Hope may seem to us an unambiguously good thing, but it was not so for the ancients. Recall how, in the story of Pandora’s box, that hope was the final curse that flew out as a result of curiosity, for hope kept a person from that resignation which is a more accurate approach to life in the world. Perhaps more neutrally we can turn to another ancient source, the Greek philosopher Aristotle, who emphasized that the human is so constituted as to be directed toward an end, a goal, a telos. Humans are creatures not only toward something in the other way that animals are (wanting warmth, food, etc.), but they are creatures with ‘towardness’ consciously and deliberately. Another way to say this is that humans have, and can think about, a future in a way that no other creature can.  They can summarize their lives, or even the collective life of the race, and wonder what it is toward.  They can speculate about its telos, be it nuclear night, or reincarnation, or a cosmic contraction, or the classless society or robot dominion. 

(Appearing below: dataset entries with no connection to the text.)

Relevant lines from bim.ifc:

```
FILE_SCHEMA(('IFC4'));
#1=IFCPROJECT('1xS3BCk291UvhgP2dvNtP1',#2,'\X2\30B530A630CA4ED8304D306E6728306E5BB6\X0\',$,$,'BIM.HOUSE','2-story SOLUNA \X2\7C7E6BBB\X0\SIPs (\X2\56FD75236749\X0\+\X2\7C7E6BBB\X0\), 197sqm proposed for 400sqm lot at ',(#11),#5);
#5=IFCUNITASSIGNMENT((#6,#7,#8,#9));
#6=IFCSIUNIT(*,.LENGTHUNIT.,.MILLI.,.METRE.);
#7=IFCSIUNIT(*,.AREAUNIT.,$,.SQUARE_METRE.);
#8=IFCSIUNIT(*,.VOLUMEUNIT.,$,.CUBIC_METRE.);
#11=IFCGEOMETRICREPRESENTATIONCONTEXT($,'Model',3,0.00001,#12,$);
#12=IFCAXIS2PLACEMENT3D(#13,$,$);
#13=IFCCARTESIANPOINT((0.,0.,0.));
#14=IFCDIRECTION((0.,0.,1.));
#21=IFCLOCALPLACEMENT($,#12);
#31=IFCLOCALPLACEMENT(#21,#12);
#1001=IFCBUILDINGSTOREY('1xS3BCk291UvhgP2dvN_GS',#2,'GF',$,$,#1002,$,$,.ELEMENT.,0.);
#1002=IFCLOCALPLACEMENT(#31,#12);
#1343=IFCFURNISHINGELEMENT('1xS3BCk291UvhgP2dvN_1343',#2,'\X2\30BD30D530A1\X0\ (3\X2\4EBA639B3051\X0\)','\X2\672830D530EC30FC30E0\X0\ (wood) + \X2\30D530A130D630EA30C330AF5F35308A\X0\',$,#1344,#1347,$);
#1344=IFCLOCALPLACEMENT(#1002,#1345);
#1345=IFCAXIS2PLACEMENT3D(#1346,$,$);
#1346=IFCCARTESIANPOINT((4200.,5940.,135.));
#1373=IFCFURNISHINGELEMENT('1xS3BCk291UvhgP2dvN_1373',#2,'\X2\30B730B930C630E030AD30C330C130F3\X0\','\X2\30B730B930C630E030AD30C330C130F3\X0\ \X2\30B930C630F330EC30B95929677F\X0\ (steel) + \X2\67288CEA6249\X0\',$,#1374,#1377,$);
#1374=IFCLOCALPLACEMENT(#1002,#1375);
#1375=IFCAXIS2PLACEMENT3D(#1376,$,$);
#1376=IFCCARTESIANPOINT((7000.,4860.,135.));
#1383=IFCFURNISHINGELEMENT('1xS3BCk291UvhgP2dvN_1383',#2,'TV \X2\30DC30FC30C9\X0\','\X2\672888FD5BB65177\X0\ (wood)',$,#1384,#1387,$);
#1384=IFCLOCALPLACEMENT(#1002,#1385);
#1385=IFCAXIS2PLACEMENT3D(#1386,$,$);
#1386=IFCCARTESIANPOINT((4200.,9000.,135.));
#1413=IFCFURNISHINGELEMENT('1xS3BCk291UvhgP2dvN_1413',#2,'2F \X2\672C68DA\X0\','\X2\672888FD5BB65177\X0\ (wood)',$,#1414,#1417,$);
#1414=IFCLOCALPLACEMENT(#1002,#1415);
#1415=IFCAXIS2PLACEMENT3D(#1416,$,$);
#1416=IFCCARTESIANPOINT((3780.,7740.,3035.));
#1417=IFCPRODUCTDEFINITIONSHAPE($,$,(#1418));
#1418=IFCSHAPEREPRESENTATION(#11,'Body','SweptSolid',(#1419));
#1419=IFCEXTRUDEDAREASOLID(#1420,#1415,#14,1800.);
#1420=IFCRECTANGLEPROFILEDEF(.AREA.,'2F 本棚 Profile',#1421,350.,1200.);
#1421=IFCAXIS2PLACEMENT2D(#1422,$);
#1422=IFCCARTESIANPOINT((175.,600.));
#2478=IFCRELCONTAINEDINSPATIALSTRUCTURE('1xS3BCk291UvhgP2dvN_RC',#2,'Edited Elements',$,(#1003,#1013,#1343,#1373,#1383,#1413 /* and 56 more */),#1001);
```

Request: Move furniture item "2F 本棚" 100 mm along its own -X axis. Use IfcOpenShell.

```python
import ifcopenshell
import ifcopenshell.api.geometry
import ifcopenshell.util.placement

model = ifcopenshell.open("bim.ifc")

item = model.by_guid("1xS3BCk291UvhgP2dvN_1413")
matrix = ifcopenshell.util.placement.get_local_placement(item.ObjectPlacement)
matrix[:3, 3] -= matrix[:3, 0] * 100.0
ifcopenshell.api.geometry.edit_object_placement(model, product=item, matrix=matrix, is_si=False)

print(ifcopenshell.util.placement.get_local_placement(item.ObjectPlacement).round(3) + 0.0)

model.write("bim_rev.ifc")
```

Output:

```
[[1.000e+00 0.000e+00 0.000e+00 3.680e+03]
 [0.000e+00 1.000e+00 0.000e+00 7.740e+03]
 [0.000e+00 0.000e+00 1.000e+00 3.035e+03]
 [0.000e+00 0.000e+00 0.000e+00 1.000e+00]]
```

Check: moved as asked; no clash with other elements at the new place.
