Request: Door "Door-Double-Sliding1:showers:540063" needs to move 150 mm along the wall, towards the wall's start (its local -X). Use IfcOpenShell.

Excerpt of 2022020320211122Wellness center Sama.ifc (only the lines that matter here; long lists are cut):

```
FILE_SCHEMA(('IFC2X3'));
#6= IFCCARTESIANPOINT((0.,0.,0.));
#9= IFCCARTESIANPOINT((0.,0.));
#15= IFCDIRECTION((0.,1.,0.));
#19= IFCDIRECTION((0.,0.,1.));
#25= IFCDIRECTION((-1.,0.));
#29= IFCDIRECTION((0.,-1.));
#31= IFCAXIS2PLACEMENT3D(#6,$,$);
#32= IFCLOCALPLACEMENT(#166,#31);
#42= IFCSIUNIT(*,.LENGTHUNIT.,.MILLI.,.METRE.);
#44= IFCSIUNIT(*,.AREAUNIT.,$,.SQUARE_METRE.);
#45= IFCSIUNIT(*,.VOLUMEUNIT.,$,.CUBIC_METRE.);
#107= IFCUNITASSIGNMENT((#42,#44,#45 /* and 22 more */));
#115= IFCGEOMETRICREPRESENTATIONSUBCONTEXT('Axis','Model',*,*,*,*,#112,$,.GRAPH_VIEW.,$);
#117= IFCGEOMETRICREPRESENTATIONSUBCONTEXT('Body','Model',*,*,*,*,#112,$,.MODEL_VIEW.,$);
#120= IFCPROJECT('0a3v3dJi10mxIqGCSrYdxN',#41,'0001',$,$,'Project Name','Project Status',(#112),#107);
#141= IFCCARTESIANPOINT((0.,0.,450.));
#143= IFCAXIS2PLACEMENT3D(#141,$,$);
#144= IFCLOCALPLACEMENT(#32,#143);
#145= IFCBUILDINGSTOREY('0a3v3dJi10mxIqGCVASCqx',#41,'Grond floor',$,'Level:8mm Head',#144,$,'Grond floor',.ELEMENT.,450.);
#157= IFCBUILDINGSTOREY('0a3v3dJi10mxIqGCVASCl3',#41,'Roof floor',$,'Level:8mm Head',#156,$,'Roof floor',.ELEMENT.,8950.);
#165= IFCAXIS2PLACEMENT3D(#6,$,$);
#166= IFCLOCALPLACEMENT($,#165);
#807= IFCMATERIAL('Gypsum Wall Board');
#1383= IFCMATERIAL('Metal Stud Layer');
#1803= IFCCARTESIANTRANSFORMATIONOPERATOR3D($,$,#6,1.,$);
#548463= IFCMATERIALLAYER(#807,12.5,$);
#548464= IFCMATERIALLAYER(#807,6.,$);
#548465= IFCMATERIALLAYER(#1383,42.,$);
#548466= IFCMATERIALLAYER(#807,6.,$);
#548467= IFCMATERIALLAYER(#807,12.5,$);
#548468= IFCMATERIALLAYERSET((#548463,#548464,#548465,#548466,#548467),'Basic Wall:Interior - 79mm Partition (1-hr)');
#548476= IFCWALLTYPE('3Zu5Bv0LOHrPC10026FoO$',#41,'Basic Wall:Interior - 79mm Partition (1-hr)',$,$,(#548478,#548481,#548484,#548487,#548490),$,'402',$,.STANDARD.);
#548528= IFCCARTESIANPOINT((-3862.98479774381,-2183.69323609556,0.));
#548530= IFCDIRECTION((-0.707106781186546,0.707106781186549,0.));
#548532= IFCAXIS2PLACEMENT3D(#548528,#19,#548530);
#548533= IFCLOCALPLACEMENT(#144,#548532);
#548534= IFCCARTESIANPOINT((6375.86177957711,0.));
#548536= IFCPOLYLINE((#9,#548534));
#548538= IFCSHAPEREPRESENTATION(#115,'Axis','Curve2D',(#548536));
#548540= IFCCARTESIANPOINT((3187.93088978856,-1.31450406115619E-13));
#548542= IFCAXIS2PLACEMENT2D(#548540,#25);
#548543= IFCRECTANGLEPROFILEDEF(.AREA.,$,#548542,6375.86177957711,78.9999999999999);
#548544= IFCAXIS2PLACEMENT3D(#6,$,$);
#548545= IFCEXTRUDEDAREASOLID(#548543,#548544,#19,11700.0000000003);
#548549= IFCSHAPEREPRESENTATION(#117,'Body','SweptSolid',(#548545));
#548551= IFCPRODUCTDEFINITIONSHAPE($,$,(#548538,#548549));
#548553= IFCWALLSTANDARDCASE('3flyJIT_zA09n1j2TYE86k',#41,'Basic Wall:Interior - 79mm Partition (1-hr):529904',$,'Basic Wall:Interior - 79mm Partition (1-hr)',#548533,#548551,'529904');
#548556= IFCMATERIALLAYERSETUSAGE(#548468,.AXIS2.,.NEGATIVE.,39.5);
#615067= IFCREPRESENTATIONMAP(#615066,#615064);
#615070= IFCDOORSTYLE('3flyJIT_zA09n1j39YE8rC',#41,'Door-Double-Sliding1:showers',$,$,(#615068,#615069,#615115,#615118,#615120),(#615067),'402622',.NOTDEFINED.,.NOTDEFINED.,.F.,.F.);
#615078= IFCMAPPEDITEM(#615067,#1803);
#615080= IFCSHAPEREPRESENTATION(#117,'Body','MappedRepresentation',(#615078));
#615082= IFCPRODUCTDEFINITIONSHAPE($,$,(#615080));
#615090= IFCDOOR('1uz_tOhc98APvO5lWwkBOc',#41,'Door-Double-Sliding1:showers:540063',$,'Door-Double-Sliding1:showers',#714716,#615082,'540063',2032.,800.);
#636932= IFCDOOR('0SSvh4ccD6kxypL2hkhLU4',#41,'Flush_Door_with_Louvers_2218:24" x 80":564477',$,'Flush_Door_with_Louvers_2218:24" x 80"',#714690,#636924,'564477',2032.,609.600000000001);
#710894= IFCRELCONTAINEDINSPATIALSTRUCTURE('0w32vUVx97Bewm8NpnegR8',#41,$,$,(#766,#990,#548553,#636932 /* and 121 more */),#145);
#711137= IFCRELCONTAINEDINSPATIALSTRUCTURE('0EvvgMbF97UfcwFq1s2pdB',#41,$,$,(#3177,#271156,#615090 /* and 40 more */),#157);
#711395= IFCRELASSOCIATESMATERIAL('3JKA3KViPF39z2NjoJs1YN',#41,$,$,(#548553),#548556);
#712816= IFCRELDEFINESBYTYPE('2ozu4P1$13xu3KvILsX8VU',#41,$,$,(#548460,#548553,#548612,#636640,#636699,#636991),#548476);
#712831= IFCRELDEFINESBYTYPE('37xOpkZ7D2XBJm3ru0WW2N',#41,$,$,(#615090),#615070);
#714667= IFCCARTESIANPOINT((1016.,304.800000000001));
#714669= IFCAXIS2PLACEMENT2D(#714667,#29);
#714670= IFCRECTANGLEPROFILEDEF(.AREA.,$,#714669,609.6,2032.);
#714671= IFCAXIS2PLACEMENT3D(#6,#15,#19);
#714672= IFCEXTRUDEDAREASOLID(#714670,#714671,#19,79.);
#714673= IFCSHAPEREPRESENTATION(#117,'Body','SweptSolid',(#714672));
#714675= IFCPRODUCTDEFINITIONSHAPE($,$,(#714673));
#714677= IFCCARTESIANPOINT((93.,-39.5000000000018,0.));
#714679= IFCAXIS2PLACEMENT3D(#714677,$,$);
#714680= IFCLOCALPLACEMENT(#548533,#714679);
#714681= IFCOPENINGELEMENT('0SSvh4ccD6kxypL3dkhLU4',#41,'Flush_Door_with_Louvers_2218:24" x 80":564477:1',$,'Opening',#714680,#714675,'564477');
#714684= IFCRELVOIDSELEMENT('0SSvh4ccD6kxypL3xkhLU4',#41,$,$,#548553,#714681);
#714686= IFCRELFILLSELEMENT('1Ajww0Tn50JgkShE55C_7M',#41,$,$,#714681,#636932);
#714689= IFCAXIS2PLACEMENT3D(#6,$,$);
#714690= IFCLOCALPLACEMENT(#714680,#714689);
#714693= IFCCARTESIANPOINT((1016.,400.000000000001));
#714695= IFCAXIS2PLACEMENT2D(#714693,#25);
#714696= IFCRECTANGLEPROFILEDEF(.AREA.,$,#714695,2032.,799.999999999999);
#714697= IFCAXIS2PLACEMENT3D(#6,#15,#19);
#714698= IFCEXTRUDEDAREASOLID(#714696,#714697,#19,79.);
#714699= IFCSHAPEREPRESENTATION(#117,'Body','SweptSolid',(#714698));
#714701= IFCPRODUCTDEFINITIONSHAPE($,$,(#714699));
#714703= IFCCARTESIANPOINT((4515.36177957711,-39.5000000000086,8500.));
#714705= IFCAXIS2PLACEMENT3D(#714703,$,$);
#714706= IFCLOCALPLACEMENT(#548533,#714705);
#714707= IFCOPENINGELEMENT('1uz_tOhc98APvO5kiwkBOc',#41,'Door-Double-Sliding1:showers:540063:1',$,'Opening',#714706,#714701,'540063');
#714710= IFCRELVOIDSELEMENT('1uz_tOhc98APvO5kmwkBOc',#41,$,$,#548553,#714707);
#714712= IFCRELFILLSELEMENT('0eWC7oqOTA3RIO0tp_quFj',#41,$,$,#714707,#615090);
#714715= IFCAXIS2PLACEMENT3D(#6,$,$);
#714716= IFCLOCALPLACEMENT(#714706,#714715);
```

```python
import ifcopenshell
import ifcopenshell.api.geometry
import ifcopenshell.util.placement
import ifcopenshell.util.unit

model = ifcopenshell.open("2022020320211122Wellness center Sama.ifc")
unit_scale = ifcopenshell.util.unit.calculate_unit_scale(model)

door = model.by_guid("1uz_tOhc98APvO5lWwkBOc")
opening = door.FillsVoids[0].RelatingOpeningElement
wall = opening.VoidsElements[0].RelatingBuildingElement

wall_matrix = ifcopenshell.util.placement.get_local_placement(wall.ObjectPlacement)
shift = wall_matrix[:3, 0] * -0.15 / unit_scale
before = ifcopenshell.util.placement.get_local_placement(door.ObjectPlacement)[:3, 3].copy()

# The door is placed relative to its opening, so it follows when the opening moves.
matrix = ifcopenshell.util.placement.get_local_placement(opening.ObjectPlacement)
matrix[:3, 3] += shift
ifcopenshell.api.geometry.edit_object_placement(
    model, product=opening, matrix=matrix, is_si=False, should_transform_children=True
)

after = ifcopenshell.util.placement.get_local_placement(door.ObjectPlacement)[:3, 3]
print("door moved by", (after - before).round(3) + 0.0)

model.write("2022020320211122Wellness center Sama_rev.ifc")
```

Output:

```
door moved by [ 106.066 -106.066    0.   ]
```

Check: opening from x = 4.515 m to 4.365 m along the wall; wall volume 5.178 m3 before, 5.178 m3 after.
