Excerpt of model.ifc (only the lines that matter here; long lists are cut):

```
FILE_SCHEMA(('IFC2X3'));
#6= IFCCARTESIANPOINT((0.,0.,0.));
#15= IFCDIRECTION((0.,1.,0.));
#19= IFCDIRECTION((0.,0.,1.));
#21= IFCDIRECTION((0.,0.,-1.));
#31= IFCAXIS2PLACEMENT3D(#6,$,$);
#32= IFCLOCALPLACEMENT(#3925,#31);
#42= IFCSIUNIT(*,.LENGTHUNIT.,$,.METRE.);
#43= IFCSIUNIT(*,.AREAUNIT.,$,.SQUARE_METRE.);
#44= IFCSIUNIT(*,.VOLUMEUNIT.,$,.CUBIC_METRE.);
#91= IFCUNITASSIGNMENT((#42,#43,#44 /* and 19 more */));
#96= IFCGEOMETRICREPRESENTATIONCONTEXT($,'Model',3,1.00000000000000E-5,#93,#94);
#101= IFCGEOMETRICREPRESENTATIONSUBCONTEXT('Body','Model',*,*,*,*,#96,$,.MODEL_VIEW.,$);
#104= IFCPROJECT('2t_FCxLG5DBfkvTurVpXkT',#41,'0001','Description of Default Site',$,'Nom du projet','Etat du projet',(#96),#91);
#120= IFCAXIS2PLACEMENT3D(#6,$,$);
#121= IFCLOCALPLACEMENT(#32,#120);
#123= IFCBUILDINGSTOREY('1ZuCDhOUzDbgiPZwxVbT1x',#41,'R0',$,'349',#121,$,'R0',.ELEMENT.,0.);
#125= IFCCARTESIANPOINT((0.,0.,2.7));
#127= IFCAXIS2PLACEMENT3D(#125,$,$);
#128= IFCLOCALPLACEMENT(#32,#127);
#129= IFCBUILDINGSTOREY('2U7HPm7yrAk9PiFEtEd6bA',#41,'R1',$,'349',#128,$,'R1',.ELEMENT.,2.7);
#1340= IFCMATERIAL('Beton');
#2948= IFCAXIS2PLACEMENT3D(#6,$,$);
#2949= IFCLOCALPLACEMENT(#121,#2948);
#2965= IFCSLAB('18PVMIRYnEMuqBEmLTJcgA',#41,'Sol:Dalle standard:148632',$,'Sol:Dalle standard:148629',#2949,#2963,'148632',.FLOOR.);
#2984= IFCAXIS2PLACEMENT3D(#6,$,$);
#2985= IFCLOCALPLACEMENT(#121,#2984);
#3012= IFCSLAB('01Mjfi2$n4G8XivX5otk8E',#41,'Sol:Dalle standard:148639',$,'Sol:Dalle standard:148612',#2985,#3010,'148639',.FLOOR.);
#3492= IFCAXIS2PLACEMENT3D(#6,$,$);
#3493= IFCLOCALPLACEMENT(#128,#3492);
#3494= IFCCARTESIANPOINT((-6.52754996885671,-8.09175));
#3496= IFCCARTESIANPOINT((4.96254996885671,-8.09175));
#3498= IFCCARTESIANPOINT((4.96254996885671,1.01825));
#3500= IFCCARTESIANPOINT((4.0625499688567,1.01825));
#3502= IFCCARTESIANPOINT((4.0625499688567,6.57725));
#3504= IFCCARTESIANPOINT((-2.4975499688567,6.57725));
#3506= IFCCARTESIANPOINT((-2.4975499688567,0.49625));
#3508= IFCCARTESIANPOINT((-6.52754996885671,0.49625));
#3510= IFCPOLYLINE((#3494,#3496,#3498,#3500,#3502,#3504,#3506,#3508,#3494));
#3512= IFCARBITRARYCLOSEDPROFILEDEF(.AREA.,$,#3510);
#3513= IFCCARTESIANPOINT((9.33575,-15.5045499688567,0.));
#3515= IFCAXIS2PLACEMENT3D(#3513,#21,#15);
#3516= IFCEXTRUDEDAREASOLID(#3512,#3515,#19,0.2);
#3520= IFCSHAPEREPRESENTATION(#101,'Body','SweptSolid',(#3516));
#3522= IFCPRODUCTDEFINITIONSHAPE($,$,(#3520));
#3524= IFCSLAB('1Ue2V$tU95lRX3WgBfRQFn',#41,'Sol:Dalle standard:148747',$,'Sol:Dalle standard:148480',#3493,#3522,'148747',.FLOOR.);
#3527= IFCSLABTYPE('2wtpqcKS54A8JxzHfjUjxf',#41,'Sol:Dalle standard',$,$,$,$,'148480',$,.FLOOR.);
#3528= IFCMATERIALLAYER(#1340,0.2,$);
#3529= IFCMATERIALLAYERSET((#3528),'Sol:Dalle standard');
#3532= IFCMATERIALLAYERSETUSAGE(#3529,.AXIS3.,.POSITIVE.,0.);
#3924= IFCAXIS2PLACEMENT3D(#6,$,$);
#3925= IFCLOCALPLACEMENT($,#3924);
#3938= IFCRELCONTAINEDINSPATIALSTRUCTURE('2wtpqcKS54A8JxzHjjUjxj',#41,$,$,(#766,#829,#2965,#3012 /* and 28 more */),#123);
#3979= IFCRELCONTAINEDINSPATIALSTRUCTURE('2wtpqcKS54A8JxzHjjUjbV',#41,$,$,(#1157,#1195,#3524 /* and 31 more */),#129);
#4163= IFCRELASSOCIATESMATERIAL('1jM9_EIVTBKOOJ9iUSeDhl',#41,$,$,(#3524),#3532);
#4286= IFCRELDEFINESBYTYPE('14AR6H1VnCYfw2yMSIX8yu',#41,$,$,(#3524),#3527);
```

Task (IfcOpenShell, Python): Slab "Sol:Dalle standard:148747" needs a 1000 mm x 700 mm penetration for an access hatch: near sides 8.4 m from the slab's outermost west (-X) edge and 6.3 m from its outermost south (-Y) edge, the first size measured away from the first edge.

```python
import numpy as np
import ifcopenshell
import ifcopenshell.api.feature
import ifcopenshell.api.geometry
import ifcopenshell.api.root
import ifcopenshell.geom
import ifcopenshell.util.placement
import ifcopenshell.util.representation
import ifcopenshell.util.shape
import ifcopenshell.util.unit

model = ifcopenshell.open("model.ifc")
unit_scale = ifcopenshell.util.unit.calculate_unit_scale(model)
settings = ifcopenshell.geom.settings()


def volume(element):
    """Net volume in cubic metres, openings subtracted."""
    shape = ifcopenshell.geom.create_shape(settings, element)
    return ifcopenshell.util.shape.get_volume(shape.geometry)


slab = model.by_guid("1Ue2V$tU95lRX3WgBfRQFn")
before = volume(slab)

# Extent in the slab's own axes, in metres. The edges named are its -X and -Y sides.
slab_shape = ifcopenshell.geom.create_shape(settings, slab)
vertices = ifcopenshell.util.shape.get_vertices(slab_shape.geometry)
x_min, y_min, bottom = vertices.min(axis=0)
top = vertices[:, 2].max()

opening = ifcopenshell.api.root.create_entity(model, ifc_class="IfcOpeningElement", name="Access hatch opening")
context = ifcopenshell.util.representation.get_context(model, "Model", "Body", "MODEL_VIEW")
width, depth = 1, 0.7
outline = [(0.0, 0.0), (width, 0.0), (width, depth), (0.0, depth), (0.0, 0.0)]
# Overshoot both faces by 50 mm so the cut is clean.
shape = ifcopenshell.api.geometry.add_slab_representation(
    model, context=context, depth=top - bottom + 0.1, polyline=outline
)
ifcopenshell.api.geometry.assign_representation(model, product=opening, representation=shape)

matrix = ifcopenshell.util.placement.get_local_placement(slab.ObjectPlacement)
matrix[:, 3] = matrix @ np.append(np.array([x_min + 8.4, y_min + 6.3, bottom - 0.05]) / unit_scale, 1.0)
ifcopenshell.api.geometry.edit_object_placement(model, product=opening, matrix=matrix, is_si=False)
ifcopenshell.api.feature.add_feature(model, feature=opening, element=slab)

after = volume(slab)

print(f"slab volume {before:.3f} -> {after:.3f} m3")

model.write("model_edited.ifc")
```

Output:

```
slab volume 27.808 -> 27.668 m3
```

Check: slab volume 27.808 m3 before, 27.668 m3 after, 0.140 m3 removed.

Or think of it this way: all the human sciences are works in progress, all incomplete and striving toward a fuller truth, all assuming somehow that there lies ahead a place of arrival where we understand ourselves and the world truly, where all the different disciplines are in harmony, since truth is by definition one.  Now since we are at once in-the-image and sinful, we use the pursuit of truth, and its imagined goal, for our own personal ends.  The utopias ahead of us are as cracked as we are. But hope too is remainder of our created nature, as well as an opening to the redeeming work God wrought. Flawed, we also are able to hear a message like resurrection.